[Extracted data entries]
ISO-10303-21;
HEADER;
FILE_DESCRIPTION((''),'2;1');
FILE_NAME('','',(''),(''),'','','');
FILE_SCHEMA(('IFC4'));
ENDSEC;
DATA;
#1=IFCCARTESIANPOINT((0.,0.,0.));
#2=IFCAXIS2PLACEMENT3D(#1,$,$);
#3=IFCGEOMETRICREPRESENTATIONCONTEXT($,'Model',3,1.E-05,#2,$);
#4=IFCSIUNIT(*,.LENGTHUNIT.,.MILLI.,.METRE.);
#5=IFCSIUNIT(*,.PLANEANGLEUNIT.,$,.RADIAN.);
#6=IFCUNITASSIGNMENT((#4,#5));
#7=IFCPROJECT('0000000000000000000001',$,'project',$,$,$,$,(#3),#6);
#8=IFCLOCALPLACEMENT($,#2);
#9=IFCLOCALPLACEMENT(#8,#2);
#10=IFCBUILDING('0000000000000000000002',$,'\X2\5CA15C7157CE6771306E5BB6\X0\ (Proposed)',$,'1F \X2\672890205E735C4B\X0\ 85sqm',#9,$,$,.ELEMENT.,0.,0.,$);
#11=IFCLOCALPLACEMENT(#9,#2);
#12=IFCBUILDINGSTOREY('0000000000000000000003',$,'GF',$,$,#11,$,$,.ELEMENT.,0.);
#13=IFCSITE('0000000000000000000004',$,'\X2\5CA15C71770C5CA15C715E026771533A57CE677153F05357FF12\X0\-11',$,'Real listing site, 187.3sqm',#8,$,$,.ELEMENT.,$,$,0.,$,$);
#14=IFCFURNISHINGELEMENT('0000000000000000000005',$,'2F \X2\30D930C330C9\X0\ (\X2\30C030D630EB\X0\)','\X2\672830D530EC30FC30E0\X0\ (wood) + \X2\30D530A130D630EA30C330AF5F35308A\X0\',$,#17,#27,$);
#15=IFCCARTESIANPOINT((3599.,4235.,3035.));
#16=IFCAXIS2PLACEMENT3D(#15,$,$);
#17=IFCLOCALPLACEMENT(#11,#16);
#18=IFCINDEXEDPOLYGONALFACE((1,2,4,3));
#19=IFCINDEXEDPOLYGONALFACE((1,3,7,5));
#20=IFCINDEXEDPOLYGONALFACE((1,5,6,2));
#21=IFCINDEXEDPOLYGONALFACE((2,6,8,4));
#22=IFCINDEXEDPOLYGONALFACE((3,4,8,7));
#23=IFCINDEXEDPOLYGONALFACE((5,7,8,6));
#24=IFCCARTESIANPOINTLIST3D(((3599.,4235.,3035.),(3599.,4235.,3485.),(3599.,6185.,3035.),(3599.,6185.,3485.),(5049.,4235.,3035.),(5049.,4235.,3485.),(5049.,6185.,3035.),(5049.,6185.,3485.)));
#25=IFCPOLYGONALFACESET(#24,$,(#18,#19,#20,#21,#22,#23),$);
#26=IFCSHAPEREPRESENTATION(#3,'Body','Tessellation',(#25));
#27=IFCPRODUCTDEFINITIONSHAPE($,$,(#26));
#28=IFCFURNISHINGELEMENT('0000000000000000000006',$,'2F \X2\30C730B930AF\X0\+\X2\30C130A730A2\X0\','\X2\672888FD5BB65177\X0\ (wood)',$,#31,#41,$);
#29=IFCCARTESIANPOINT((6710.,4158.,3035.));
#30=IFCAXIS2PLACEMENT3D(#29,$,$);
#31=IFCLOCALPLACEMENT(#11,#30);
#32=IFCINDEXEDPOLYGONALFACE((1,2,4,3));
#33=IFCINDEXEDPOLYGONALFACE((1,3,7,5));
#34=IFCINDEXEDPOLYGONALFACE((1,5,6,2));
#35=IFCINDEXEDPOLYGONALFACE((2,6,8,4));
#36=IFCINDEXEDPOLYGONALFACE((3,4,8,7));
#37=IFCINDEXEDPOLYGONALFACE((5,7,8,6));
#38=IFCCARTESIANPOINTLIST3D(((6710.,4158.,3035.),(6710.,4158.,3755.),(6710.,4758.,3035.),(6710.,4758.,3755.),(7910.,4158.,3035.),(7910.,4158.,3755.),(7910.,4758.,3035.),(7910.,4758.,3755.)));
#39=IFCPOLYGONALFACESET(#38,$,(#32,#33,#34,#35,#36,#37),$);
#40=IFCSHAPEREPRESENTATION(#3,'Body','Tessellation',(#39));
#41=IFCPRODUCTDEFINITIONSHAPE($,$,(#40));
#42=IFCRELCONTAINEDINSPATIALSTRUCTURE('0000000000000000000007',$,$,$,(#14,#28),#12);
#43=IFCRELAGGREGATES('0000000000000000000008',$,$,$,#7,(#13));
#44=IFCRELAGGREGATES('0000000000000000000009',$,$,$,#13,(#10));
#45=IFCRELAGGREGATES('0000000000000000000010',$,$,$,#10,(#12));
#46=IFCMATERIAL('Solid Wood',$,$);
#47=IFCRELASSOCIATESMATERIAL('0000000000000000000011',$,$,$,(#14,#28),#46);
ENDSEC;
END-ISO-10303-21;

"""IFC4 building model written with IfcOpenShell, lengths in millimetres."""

from ifc_helpers import new_model, si_unit, frame, frame_2d, origin, place, context, project, spatial, rectangle, extrude, material, element, save


model = new_model("IFC4")

# Units and contexts
model_context = context("Model", 3, precision=1e-05, world=origin())
ifc_project = project(units=[si_unit("LENGTHUNIT", "METRE", prefix="MILLI"), si_unit("PLANEANGLEUNIT", "RADIAN")], contexts=[model_context])

# Site, building, storey
site_placement = place(None, origin())
site = spatial("IfcSite", under=ifc_project, at=site_placement, Name="岡山県岡山市東区城東台南２-11", ObjectType="Real listing site, 187.3sqm", CompositionType="ELEMENT", RefElevation=0.0)
building_placement = place(site_placement, origin())
building = spatial("IfcBuilding", under=site, at=building_placement, Name="岡山城東の家 (Proposed)", ObjectType="1F 木造平屋 85sqm", CompositionType="ELEMENT", ElevationOfRefHeight=0.0, ElevationOfTerrain=0.0)
storey_placement = place(building_placement, origin())
storey = spatial("IfcBuildingStorey", under=building, at=storey_placement, Name="GF", CompositionType="ELEMENT", Elevation=0.0)

# Shared definitions
ifc_material_1 = material(Name="Solid Wood")

# Furnishing elements
furnishing_1_placement = place(storey_placement, frame((3599.0, 4235.0, 3035.0)))
element("IfcFurnishingElement", 1, at=furnishing_1_placement, inside=storey, material=ifc_material_1, Name="2F ベッド (ダブル)", Description="木フレーム (wood) + ファブリック張り", context=model_context, shape_type="SweptSolid", body=[
    extrude(rectangle(XDim=1450.0, YDim=1950.0, at=frame_2d((725.0, 975.0))), frame((3599.0, 4235.0, 3035.0)), (0.0, 0.0, 1.0), 450.0),
])
furnishing_2_placement = place(storey_placement, frame((6710.0, 4158.0, 3035.0)))
element("IfcFurnishingElement", 2, at=furnishing_2_placement, inside=storey, material=ifc_material_1, Name="2F デスク+チェア", Description="木製家具 (wood)", context=model_context, shape_type="SweptSolid", body=[
    extrude(rectangle(XDim=1200.0, YDim=600.0, at=frame_2d((600.0, 300.0))), frame((6710.0, 4158.0, 3035.0)), (0.0, 0.0, 1.0), 720.0),
])

save(model, "model.ifc")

# Task item
Produce a verbatim transcription of the entries above.

# Answer
ISO-10303-21;
HEADER;
FILE_DESCRIPTION((''),'2;1');
FILE_NAME('','',(''),(''),'','','');
FILE_SCHEMA(('IFC4'));
ENDSEC;
DATA;
#1=IFCCARTESIANPOINT((0.,0.,0.));
#2=IFCAXIS2PLACEMENT3D(#1,$,$);
#3=IFCGEOMETRICREPRESENTATIONCONTEXT($,'Model',3,1.E-05,#2,$);
#4=IFCSIUNIT(*,.LENGTHUNIT.,.MILLI.,.METRE.);
#5=IFCSIUNIT(*,.PLANEANGLEUNIT.,$,.RADIAN.);
#6=IFCUNITASSIGNMENT((#4,#5));
#7=IFCPROJECT('0000000000000000000001',$,'project',$,$,$,$,(#3),#6);
#8=IFCLOCALPLACEMENT($,#2);
#9=IFCLOCALPLACEMENT(#8,#2);
#10=IFCBUILDING('0000000000000000000002',$,'\X2\5CA15C7157CE6771306E5BB6\X0\ (Proposed)',$,'1F \X2\672890205E735C4B\X0\ 85sqm',#9,$,$,.ELEMENT.,0.,0.,$);
#11=IFCLOCALPLACEMENT(#9,#2);
#12=IFCBUILDINGSTOREY('0000000000000000000003',$,'GF',$,$,#11,$,$,.ELEMENT.,0.);
#13=IFCSITE('0000000000000000000004',$,'\X2\5CA15C71770C5CA15C715E026771533A57CE677153F05357FF12\X0\-11',$,'Real listing site, 187.3sqm',#8,$,$,.ELEMENT.,$,$,0.,$,$);
#14=IFCFURNISHINGELEMENT('0000000000000000000005',$,'2F \X2\30D930C330C9\X0\ (\X2\30C030D630EB\X0\)','\X2\672830D530EC30FC30E0\X0\ (wood) + \X2\30D530A130D630EA30C330AF5F35308A\X0\',$,#17,#27,$);
#15=IFCCARTESIANPOINT((3599.,4235.,3035.));
#16=IFCAXIS2PLACEMENT3D(#15,$,$);
#17=IFCLOCALPLACEMENT(#11,#16);
#18=IFCINDEXEDPOLYGONALFACE((1,2,4,3));
#19=IFCINDEXEDPOLYGONALFACE((1,3,7,5));
#20=IFCINDEXEDPOLYGONALFACE((1,5,6,2));
#21=IFCINDEXEDPOLYGONALFACE((2,6,8,4));
#22=IFCINDEXEDPOLYGONALFACE((3,4,8,7));
#23=IFCINDEXEDPOLYGONALFACE((5,7,8,6));
#24=IFCCARTESIANPOINTLIST3D(((3599.,4235.,3035.),(3599.,4235.,3485.),(3599.,6185.,3035.),(3599.,6185.,3485.),(5049.,4235.,3035.),(5049.,4235.,3485.),(5049.,6185.,3035.),(5049.,6185.,3485.)));
#25=IFCPOLYGONALFACESET(#24,$,(#18,#19,#20,#21,#22,#23),$);
#26=IFCSHAPEREPRESENTATION(#3,'Body','Tessellation',(#25));
#27=IFCPRODUCTDEFINITIONSHAPE($,$,(#26));
#28=IFCFURNISHINGELEMENT('0000000000000000000006',$,'2F \X2\30C730B930AF\X0\+\X2\30C130A730A2\X0\','\X2\672888FD5BB65177\X0\ (wood)',$,#31,#41,$);
#29=IFCCARTESIANPOINT((6710.,4158.,3035.));
#30=IFCAXIS2PLACEMENT3D(#29,$,$);
#31=IFCLOCALPLACEMENT(#11,#30);
#32=IFCINDEXEDPOLYGONALFACE((1,2,4,3));
#33=IFCINDEXEDPOLYGONALFACE((1,3,7,5));
#34=IFCINDEXEDPOLYGONALFACE((1,5,6,2));
#35=IFCINDEXEDPOLYGONALFACE((2,6,8,4));
#36=IFCINDEXEDPOLYGONALFACE((3,4,8,7));
#37=IFCINDEXEDPOLYGONALFACE((5,7,8,6));
#38=IFCCARTESIANPOINTLIST3D(((6710.,4158.,3035.),(6710.,4158.,3755.),(6710.,4758.,3035.),(6710.,4758.,3755.),(7910.,4158.,3035.),(7910.,4158.,3755.),(7910.,4758.,3035.),(7910.,4758.,3755.)));
#39=IFCPOLYGONALFACESET(#38,$,(#32,#33,#34,#35,#36,#37),$);
#40=IFCSHAPEREPRESENTATION(#3,'Body','Tessellation',(#39));
#41=IFCPRODUCTDEFINITIONSHAPE($,$,(#40));
#42=IFCRELCONTAINEDINSPATIALSTRUCTURE('0000000000000000000007',$,$,$,(#14,#28),#12);
#43=IFCRELAGGREGATES('0000000000000000000008',$,$,$,#7,(#13));
#44=IFCRELAGGREGATES('0000000000000000000009',$,$,$,#13,(#10));
#45=IFCRELAGGREGATES('0000000000000000000010',$,$,$,#10,(#12));
#46=IFCMATERIAL('Solid Wood',$,$);
#47=IFCRELASSOCIATESMATERIAL('0000000000000000000011',$,$,$,(#14,#28),#46);
ENDSEC;
END-ISO-10303-21;

"""IFC4 building model written with IfcOpenShell, lengths in millimetres."""

from ifc_helpers import new_model, si_unit, frame, frame_2d, origin, place, context, project, spatial, rectangle, extrude, material, element, save


model = new_model("IFC4")

# Units and contexts
model_context = context("Model", 3, precision=1e-05, world=origin())
ifc_project = project(units=[si_unit("LENGTHUNIT", "METRE", prefix="MILLI"), si_unit("PLANEANGLEUNIT", "RADIAN")], contexts=[model_context])

# Site, building, storey
site_placement = place(None, origin())
site = spatial("IfcSite", under=ifc_project, at=site_placement, Name="岡山県岡山市東区城東台南２-11", ObjectType="Real listing site, 187.3sqm", CompositionType="ELEMENT", RefElevation=0.0)
building_placement = place(site_placement, origin())
building = spatial("IfcBuilding", under=site, at=building_placement, Name="岡山城東の家 (Proposed)", ObjectType="1F 木造平屋 85sqm", CompositionType="ELEMENT", ElevationOfRefHeight=0.0, ElevationOfTerrain=0.0)
storey_placement = place(building_placement, origin())
storey = spatial("IfcBuildingStorey", under=building, at=storey_placement, Name="GF", CompositionType="ELEMENT", Elevation=0.0)

# Shared definitions
ifc_material_1 = material(Name="Solid Wood")

# Furnishing elements
furnishing_1_placement = place(storey_placement, frame((3599.0, 4235.0, 3035.0)))
element("IfcFurnishingElement", 1, at=furnishing_1_placement, inside=storey, material=ifc_material_1, Name="2F ベッド (ダブル)", Description="木フレーム (wood) + ファブリック張り", context=model_context, shape_type="SweptSolid", body=[
    extrude(rectangle(XDim=1450.0, YDim=1950.0, at=frame_2d((725.0, 975.0))), frame((3599.0, 4235.0, 3035.0)), (0.0, 0.0, 1.0), 450.0),
])
furnishing_2_placement = place(storey_placement, frame((6710.0, 4158.0, 3035.0)))
element("IfcFurnishingElement", 2, at=furnishing_2_placement, inside=storey, material=ifc_material_1, Name="2F デスク+チェア", Description="木製家具 (wood)", context=model_context, shape_type="SweptSolid", body=[
    extrude(rectangle(XDim=1200.0, YDim=600.0, at=frame_2d((600.0, 300.0))), frame((6710.0, 4158.0, 3035.0)), (0.0, 0.0, 1.0), 720.0),
])

save(model, "model.ifc")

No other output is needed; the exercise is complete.